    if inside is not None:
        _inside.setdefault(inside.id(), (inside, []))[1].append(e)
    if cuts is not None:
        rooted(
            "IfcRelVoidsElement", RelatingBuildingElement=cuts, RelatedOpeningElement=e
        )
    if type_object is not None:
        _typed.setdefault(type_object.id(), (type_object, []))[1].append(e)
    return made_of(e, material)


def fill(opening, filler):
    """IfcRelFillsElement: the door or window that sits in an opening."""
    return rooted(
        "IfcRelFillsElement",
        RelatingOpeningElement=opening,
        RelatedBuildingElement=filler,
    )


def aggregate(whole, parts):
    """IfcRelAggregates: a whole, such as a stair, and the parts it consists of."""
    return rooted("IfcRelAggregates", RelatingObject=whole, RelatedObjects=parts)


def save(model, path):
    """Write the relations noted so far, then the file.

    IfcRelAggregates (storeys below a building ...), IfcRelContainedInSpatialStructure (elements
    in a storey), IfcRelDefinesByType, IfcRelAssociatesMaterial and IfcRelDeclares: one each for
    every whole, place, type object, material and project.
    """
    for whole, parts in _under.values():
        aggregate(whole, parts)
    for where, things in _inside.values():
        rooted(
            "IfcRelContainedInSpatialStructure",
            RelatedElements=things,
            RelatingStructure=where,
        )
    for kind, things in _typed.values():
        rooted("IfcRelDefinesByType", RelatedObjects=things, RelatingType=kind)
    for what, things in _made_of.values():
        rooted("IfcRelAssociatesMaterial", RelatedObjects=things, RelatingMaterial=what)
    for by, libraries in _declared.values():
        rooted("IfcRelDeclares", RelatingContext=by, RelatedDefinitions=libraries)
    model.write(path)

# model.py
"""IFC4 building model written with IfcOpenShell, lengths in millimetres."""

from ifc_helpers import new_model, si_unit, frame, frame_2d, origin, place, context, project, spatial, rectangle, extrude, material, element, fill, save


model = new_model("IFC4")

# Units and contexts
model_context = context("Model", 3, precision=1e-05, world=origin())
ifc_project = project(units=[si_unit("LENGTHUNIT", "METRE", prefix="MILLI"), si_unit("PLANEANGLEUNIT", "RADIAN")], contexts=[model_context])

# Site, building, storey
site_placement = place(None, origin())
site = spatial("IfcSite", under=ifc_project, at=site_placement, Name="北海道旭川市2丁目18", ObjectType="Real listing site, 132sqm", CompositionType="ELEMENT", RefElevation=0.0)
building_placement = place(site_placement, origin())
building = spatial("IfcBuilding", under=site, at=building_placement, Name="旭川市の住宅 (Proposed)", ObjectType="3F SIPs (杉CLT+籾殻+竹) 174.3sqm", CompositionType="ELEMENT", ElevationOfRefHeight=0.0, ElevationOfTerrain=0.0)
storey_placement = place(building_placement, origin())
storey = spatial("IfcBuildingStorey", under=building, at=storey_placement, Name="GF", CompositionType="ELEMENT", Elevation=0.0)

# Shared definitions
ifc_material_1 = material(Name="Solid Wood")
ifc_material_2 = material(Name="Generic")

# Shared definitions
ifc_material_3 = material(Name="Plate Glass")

==

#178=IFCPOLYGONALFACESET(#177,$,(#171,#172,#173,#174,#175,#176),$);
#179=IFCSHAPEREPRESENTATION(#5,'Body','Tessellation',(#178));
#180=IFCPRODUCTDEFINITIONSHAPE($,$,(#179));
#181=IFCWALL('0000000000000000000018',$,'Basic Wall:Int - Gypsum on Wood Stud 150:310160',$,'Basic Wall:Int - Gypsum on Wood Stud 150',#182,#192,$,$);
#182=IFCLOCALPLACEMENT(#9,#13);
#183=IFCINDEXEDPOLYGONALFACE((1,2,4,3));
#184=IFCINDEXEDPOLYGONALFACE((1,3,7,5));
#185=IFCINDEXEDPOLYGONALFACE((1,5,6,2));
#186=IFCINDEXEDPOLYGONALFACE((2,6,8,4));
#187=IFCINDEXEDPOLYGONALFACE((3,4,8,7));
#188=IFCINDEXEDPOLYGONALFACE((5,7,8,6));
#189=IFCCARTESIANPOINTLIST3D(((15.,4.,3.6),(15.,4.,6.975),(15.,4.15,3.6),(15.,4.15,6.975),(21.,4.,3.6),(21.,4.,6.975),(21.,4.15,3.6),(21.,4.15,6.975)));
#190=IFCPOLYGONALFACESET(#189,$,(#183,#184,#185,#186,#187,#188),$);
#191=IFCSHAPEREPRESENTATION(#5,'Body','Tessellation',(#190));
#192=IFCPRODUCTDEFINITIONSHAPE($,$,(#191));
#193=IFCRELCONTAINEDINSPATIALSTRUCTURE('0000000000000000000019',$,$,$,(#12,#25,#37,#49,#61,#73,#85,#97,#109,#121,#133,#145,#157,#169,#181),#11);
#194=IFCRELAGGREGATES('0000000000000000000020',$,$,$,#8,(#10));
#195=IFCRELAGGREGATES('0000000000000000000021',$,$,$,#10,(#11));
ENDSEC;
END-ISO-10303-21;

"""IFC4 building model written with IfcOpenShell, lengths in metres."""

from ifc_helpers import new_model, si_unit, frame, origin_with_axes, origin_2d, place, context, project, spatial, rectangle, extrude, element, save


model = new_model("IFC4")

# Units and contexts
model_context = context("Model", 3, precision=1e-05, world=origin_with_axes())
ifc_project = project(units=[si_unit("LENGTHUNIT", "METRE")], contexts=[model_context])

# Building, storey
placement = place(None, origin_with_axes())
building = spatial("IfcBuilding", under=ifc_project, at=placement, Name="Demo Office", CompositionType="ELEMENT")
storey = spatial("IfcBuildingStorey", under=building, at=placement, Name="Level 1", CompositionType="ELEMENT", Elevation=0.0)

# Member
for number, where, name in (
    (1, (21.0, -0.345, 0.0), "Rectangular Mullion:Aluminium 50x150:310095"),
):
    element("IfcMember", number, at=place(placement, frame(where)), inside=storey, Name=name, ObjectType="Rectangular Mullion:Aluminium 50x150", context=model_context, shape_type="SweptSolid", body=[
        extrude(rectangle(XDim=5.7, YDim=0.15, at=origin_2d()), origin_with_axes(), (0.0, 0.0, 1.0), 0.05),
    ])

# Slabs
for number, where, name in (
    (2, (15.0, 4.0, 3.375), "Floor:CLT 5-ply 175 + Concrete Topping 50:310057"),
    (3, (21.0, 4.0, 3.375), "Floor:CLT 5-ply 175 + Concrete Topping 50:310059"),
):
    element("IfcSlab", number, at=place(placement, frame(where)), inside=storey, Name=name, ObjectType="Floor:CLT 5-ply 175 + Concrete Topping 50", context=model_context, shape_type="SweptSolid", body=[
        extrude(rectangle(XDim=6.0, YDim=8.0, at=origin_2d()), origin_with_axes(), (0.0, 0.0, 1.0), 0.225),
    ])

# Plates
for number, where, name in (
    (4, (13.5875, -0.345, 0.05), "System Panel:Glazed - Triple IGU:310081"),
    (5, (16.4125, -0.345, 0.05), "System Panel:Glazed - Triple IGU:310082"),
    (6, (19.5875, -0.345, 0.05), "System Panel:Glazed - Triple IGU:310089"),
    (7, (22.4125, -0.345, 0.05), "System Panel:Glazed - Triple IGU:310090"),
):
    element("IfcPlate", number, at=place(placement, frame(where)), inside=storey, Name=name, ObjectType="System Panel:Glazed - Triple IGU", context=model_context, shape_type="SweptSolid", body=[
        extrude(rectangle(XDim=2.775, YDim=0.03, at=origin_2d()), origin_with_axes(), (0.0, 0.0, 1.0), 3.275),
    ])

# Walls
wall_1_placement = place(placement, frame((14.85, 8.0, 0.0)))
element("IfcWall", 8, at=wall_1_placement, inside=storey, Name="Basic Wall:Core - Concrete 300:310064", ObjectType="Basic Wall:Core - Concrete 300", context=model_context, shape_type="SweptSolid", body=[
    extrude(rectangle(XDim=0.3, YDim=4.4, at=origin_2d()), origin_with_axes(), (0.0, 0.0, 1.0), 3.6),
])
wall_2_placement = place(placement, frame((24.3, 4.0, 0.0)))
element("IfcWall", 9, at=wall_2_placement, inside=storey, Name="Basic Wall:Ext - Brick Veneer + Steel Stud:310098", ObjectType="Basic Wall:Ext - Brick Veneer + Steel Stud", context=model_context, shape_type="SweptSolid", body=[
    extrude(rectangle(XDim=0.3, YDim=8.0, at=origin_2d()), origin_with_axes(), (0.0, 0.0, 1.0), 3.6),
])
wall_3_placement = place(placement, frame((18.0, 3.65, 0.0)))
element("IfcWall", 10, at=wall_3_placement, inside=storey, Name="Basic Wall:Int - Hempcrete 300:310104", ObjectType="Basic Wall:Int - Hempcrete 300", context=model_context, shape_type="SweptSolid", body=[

* _Aim of the task_: Once you have counted every line in the listing that holds the string "written", give that number and nothing else.

* _Solution to this exercise_: 2